This is really cool. I have EWSC and have used the wordbuilder but it was tough... The hardest part was explaining to people that you could type in a phrase using VOTOX...

If you ever want to have sex again don't mention the word Votox... It's the ultimate in nerd...

/\~O


----------



## Virharmonic (Oct 3, 2012)

*Re: Virharmonic-Syllable Sequencing Choir-Voices of Prague-RELEASED-Videos Uploaded.Special Launch Price for 1 Month.*



dpasdernick @ Wed Oct 03 said:


> This is really cool. I have EWSC and have used the wordbuilder but it was tough... The hardest part was explaining to people that you could type in a phrase using VOTOX...
> 
> If you ever want to have sex again don't mention the word Votox... It's the ultimate in nerd...
> 
> /\~O



This made my laugh in the morning. Thank you for the dating tips 

I guess We are lucky to have partners already than. And they do know that we are bit geekish :D Comes with the territory


----------



## RobertTewes (Oct 3, 2012)

*Re: Virharmonic-Syllable Sequencing Choir-Voices of Prague-RELEASED-Videos Uploaded.Special Launch Price for 1 Month.*

Are people liking this library? Does it work as described? Is it progress over EWQL library from years ago?


----------



## MaestroRage (Oct 3, 2012)

I am running this library alongside EWSC and to be honest the two layer AMAZINGLY well. In fact, so far every phrase i've typed in EWSC in Phonetics has sounded the same (speech wise, not sonic quality wise). So it's very cool to have a library that can match EWSC this way.

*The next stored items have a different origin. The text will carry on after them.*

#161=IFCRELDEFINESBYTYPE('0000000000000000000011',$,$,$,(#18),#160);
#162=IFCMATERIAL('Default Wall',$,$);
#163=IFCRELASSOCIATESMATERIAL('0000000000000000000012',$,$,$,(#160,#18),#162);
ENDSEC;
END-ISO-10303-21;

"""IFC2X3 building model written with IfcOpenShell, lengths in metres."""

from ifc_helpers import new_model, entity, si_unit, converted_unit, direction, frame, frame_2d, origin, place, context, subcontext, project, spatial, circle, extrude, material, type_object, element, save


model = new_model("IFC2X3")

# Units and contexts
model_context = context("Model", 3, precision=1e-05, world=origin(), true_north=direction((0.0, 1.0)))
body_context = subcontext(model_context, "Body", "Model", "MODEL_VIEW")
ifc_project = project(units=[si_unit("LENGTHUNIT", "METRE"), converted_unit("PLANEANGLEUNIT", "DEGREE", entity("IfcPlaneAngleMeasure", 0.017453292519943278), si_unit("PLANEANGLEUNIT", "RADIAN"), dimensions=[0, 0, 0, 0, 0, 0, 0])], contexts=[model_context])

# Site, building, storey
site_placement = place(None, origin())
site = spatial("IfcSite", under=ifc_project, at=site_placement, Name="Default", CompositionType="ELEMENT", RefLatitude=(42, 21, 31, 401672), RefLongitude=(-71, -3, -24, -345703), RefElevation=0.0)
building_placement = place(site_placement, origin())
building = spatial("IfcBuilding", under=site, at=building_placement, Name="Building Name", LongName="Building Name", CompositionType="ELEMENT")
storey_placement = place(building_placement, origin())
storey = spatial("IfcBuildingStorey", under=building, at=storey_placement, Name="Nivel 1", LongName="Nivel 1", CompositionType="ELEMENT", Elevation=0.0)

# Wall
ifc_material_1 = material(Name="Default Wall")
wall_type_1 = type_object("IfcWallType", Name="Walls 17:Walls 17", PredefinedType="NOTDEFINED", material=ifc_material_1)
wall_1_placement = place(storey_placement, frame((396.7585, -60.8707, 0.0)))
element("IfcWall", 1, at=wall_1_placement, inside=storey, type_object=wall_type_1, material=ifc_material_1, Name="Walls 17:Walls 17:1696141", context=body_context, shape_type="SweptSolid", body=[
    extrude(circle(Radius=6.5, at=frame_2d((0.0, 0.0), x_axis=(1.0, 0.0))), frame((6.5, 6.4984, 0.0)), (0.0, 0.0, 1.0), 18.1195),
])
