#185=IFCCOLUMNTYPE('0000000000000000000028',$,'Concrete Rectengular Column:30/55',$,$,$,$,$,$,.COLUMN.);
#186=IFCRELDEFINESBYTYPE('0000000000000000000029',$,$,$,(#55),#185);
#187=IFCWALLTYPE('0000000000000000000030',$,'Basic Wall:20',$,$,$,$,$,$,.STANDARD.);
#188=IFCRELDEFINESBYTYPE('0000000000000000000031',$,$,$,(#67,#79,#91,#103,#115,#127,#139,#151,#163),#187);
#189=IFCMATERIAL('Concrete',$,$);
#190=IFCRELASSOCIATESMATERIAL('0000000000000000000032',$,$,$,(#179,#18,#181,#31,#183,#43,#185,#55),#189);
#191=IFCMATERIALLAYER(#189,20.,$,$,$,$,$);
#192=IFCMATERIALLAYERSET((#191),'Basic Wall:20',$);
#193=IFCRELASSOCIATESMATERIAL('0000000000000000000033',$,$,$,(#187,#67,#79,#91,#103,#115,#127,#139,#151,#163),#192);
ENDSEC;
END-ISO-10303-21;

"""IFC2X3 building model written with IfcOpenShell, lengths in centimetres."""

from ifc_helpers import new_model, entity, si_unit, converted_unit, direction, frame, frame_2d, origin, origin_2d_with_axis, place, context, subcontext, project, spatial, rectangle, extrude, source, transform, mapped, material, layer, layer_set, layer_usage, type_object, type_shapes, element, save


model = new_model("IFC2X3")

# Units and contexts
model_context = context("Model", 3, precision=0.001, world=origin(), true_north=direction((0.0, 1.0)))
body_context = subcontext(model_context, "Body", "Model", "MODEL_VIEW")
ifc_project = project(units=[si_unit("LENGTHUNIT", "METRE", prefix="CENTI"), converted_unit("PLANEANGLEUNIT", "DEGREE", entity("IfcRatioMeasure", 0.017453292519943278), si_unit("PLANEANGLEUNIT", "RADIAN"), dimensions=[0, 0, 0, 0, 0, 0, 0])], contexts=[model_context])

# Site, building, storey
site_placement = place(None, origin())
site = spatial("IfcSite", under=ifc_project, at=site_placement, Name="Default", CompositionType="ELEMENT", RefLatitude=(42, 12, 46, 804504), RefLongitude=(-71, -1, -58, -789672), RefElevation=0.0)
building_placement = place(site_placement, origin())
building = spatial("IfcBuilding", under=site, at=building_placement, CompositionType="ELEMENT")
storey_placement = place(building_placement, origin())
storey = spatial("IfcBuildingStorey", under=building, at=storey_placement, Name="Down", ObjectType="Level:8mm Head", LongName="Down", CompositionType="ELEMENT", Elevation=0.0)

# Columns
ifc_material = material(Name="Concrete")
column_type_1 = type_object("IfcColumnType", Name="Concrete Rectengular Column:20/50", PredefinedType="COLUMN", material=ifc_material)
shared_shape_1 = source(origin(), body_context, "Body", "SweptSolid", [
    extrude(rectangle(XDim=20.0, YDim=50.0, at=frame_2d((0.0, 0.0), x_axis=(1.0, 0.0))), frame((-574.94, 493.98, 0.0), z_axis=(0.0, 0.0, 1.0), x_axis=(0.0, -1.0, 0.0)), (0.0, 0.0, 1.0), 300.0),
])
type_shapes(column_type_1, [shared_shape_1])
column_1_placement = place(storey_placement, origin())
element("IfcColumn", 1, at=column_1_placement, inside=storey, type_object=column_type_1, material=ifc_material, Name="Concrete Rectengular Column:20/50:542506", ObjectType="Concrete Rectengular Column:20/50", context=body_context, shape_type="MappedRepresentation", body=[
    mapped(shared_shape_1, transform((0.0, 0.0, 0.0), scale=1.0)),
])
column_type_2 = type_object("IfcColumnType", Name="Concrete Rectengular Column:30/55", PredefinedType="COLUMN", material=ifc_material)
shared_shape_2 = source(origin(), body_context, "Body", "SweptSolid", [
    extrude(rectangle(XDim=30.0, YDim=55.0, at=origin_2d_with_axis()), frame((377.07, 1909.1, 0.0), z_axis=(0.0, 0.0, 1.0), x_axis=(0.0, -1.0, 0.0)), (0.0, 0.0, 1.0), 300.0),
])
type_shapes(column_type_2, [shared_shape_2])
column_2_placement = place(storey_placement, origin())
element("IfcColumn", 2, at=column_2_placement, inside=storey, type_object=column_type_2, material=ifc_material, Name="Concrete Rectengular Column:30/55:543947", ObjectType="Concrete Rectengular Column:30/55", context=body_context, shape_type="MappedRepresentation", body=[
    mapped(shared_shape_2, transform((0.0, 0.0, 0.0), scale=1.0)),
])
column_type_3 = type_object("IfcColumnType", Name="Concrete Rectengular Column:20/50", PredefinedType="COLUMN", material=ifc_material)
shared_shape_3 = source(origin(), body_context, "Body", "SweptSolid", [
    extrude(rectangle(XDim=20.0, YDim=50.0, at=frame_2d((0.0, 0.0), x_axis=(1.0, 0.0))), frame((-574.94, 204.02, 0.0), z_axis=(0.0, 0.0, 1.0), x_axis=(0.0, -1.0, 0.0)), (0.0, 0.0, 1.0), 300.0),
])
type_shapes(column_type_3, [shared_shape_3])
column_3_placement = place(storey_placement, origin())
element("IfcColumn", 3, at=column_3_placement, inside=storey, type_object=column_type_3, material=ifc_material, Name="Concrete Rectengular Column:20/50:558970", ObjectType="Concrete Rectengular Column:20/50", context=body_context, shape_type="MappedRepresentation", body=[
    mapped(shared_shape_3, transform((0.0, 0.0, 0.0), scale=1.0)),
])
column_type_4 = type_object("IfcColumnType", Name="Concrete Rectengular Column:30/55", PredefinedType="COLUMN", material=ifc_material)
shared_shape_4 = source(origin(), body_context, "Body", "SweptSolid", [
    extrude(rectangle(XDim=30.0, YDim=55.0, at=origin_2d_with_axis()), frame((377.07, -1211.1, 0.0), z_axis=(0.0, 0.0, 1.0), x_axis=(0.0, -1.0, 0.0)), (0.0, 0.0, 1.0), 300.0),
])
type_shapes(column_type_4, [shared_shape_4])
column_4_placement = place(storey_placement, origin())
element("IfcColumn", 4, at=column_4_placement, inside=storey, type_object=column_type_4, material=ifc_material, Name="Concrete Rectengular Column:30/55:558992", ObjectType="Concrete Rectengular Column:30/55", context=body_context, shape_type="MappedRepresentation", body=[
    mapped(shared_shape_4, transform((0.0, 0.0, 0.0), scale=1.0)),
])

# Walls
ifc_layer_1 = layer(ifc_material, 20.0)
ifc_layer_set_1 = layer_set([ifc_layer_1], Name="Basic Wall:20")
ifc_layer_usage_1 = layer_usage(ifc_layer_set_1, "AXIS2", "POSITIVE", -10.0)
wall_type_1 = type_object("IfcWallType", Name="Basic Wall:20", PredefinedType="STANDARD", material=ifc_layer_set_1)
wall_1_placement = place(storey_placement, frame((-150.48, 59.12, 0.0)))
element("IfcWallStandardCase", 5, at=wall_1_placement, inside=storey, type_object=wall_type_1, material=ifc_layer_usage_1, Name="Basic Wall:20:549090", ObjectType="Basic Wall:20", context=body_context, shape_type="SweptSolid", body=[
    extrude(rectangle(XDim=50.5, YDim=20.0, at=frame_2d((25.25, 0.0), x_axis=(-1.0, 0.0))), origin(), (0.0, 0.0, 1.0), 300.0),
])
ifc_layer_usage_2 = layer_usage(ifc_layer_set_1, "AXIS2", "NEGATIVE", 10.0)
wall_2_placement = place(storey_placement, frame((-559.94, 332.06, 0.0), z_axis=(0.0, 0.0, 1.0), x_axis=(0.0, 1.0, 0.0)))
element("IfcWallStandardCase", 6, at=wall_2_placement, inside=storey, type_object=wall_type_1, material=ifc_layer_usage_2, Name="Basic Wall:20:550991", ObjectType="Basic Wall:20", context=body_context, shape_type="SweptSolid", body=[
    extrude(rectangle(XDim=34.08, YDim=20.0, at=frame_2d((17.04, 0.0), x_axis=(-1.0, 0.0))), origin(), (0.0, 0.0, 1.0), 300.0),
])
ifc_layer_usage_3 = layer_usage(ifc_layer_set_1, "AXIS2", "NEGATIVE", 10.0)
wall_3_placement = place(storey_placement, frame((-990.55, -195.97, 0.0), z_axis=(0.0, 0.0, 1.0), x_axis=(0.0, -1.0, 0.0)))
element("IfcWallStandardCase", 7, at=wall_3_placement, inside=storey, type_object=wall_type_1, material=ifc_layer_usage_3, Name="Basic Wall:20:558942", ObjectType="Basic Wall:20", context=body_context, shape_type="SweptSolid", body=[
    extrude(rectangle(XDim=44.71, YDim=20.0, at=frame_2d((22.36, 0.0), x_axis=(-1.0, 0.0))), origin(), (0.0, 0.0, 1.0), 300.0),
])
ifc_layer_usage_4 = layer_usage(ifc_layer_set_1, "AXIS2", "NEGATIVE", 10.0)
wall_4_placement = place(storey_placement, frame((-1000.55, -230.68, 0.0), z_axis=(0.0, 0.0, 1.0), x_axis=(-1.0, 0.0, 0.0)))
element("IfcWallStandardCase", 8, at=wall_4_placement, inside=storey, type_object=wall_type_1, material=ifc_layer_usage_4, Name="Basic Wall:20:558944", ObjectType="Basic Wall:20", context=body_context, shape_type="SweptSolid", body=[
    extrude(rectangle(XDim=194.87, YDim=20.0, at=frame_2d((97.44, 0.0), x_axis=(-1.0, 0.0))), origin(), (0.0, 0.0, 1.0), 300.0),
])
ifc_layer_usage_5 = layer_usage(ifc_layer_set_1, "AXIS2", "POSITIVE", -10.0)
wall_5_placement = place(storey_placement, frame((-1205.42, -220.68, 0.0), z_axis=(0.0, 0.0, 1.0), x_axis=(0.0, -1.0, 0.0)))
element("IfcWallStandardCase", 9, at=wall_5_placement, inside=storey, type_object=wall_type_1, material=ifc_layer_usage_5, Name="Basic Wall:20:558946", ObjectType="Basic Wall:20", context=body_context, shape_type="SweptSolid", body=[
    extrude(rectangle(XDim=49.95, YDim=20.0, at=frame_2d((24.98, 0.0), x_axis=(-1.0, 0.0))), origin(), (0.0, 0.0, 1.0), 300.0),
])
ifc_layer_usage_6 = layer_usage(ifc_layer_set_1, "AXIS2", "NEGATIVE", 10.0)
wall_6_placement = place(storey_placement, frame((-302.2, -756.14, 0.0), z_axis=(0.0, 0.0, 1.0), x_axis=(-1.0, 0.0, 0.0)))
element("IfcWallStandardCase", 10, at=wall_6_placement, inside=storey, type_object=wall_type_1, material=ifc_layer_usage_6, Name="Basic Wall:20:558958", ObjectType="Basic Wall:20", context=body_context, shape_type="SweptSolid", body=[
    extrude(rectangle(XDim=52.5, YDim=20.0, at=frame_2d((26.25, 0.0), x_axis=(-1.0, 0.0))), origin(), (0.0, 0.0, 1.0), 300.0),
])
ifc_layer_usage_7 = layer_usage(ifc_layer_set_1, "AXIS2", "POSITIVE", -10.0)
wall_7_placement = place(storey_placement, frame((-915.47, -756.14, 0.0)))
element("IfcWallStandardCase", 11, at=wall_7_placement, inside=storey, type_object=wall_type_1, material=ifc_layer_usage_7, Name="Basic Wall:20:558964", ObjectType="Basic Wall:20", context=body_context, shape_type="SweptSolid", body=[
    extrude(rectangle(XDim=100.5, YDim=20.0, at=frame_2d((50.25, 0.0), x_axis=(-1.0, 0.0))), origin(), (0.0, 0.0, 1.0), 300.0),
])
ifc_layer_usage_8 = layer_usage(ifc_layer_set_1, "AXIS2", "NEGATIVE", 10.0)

The effects and extra stuff is pretty cool. Not a strong selling point (since I doubt anybody is going to buy the library for just this stuff).

I personally feel this library is easier to use and gets results faster then EWSC. The tenor/basses have a brilliant tone and is more musical then EWSC, however I feel EWSC has alto/sopranos sounding better. But please bear in mind that is a very subjective critique. Some people will disagree with me i'm certain.

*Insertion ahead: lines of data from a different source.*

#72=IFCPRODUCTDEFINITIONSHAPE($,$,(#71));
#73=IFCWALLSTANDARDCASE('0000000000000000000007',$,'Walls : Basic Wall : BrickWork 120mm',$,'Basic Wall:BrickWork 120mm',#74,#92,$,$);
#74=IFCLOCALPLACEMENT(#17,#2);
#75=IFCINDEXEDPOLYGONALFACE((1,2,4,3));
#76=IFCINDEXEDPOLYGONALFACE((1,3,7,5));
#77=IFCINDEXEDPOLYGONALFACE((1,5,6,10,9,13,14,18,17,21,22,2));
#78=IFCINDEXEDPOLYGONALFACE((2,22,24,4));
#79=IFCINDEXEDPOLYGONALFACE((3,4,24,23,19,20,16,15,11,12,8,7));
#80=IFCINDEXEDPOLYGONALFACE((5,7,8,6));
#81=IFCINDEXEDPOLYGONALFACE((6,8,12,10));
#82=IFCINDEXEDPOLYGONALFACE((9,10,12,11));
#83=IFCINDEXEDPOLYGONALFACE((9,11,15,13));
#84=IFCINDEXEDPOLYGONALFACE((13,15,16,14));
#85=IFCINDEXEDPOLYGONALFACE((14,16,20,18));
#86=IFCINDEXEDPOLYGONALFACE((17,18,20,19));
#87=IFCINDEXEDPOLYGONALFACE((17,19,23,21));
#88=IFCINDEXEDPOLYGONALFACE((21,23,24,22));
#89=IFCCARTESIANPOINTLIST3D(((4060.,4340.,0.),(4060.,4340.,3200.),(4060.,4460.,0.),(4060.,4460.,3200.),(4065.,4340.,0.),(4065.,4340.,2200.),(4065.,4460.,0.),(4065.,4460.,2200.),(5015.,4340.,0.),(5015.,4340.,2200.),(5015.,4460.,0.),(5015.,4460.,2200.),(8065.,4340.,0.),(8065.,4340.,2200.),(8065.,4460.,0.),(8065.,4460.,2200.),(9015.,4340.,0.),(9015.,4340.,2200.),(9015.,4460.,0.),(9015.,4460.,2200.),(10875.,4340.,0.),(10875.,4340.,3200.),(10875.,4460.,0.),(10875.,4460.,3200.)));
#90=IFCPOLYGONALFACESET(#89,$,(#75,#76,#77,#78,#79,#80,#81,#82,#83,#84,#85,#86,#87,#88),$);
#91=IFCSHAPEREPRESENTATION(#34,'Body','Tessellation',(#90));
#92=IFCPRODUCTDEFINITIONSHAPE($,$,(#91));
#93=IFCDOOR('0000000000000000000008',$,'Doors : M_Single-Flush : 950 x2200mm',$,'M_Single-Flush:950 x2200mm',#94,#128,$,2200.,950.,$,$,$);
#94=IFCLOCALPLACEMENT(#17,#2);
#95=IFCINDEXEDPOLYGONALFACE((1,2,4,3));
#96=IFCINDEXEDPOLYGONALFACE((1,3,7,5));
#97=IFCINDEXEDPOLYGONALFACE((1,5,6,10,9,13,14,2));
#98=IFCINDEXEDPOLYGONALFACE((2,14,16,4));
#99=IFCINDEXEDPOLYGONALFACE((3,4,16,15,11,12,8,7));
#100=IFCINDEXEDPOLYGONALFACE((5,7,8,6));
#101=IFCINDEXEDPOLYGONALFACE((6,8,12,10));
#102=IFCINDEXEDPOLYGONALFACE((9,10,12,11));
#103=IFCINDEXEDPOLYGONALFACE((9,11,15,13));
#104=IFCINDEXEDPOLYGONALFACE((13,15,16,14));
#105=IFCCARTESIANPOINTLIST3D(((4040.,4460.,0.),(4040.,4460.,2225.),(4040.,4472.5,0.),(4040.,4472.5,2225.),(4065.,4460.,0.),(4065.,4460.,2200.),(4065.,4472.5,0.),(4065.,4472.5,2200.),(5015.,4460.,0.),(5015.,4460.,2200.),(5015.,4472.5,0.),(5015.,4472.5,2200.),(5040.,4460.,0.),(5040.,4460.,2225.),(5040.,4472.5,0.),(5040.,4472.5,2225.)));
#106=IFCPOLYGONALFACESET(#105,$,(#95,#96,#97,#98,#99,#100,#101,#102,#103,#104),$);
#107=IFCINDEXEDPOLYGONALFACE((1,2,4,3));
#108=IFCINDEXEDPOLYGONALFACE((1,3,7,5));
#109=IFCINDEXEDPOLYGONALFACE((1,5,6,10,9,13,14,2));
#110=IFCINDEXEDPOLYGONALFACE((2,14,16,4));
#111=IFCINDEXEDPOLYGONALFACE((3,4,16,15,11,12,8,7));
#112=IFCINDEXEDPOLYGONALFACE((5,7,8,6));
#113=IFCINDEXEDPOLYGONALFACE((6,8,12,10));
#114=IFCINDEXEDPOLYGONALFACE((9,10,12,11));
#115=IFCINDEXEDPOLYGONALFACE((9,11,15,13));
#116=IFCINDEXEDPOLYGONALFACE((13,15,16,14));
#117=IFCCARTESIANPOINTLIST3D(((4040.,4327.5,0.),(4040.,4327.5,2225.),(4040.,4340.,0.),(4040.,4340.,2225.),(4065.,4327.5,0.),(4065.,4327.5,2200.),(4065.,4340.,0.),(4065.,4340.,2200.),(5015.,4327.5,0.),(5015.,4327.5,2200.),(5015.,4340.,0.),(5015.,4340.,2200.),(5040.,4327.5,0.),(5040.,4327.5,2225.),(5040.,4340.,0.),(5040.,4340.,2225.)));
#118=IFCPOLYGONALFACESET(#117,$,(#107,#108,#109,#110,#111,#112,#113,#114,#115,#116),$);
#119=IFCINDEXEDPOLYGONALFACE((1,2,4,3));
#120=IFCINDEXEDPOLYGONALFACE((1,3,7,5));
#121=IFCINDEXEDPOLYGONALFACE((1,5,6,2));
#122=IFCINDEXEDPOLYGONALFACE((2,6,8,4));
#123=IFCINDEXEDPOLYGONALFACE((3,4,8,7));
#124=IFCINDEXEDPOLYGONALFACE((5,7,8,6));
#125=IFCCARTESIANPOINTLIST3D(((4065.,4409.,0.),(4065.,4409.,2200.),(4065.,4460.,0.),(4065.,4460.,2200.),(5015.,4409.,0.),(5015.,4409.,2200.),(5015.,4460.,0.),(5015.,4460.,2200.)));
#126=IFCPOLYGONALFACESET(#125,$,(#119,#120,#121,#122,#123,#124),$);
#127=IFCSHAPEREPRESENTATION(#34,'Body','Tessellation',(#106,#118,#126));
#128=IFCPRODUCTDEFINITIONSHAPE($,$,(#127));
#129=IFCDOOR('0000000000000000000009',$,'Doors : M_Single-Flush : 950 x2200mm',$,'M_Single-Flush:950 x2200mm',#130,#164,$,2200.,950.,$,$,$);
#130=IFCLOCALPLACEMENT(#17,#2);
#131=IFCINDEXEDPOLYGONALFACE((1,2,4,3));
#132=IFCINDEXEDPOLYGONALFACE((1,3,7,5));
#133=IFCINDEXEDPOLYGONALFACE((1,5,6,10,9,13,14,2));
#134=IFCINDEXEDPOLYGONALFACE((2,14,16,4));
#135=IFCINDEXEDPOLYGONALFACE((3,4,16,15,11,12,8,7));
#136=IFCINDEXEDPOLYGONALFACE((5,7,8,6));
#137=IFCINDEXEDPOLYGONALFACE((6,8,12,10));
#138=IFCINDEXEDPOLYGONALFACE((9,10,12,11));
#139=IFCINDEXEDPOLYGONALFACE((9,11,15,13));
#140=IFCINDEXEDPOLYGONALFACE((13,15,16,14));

It feels like EWSC has more control over their syllables due to their word builder being it's own software, and I suppose for a super power user this much would be amiss, however I never really mucked around with the word builder in this regard and I find this library for the most part has a good balance between syllable lengths.

One thing I find very lacking though is range. I wish there was a "men" or "women" patch so I could use an extended range without having to do much tinkering. Right now it feels a bit constrained since if I want to go from tenor to bass unless I plan for them to speak the syllable they come in at, it breaks the planned sentence if I was able to explain that properly.

Anyway, pretty big fan myself. Can't wait to show off some tracks soon.

EDIT: Also forgot to mention that due to Kontakt you can also use this fantastic library with very minimal memory use. After i've hit the update sample pool on all the channels I can cut off about 1.4gb (total of 1.7 used for multi) in my project. In EWSC naturally due to PLAY all samples are loaded all the time. So while this is not a direct feature of the library itself, for heavy templates you can have EWSC's degree of utility at a fraction of the RAM.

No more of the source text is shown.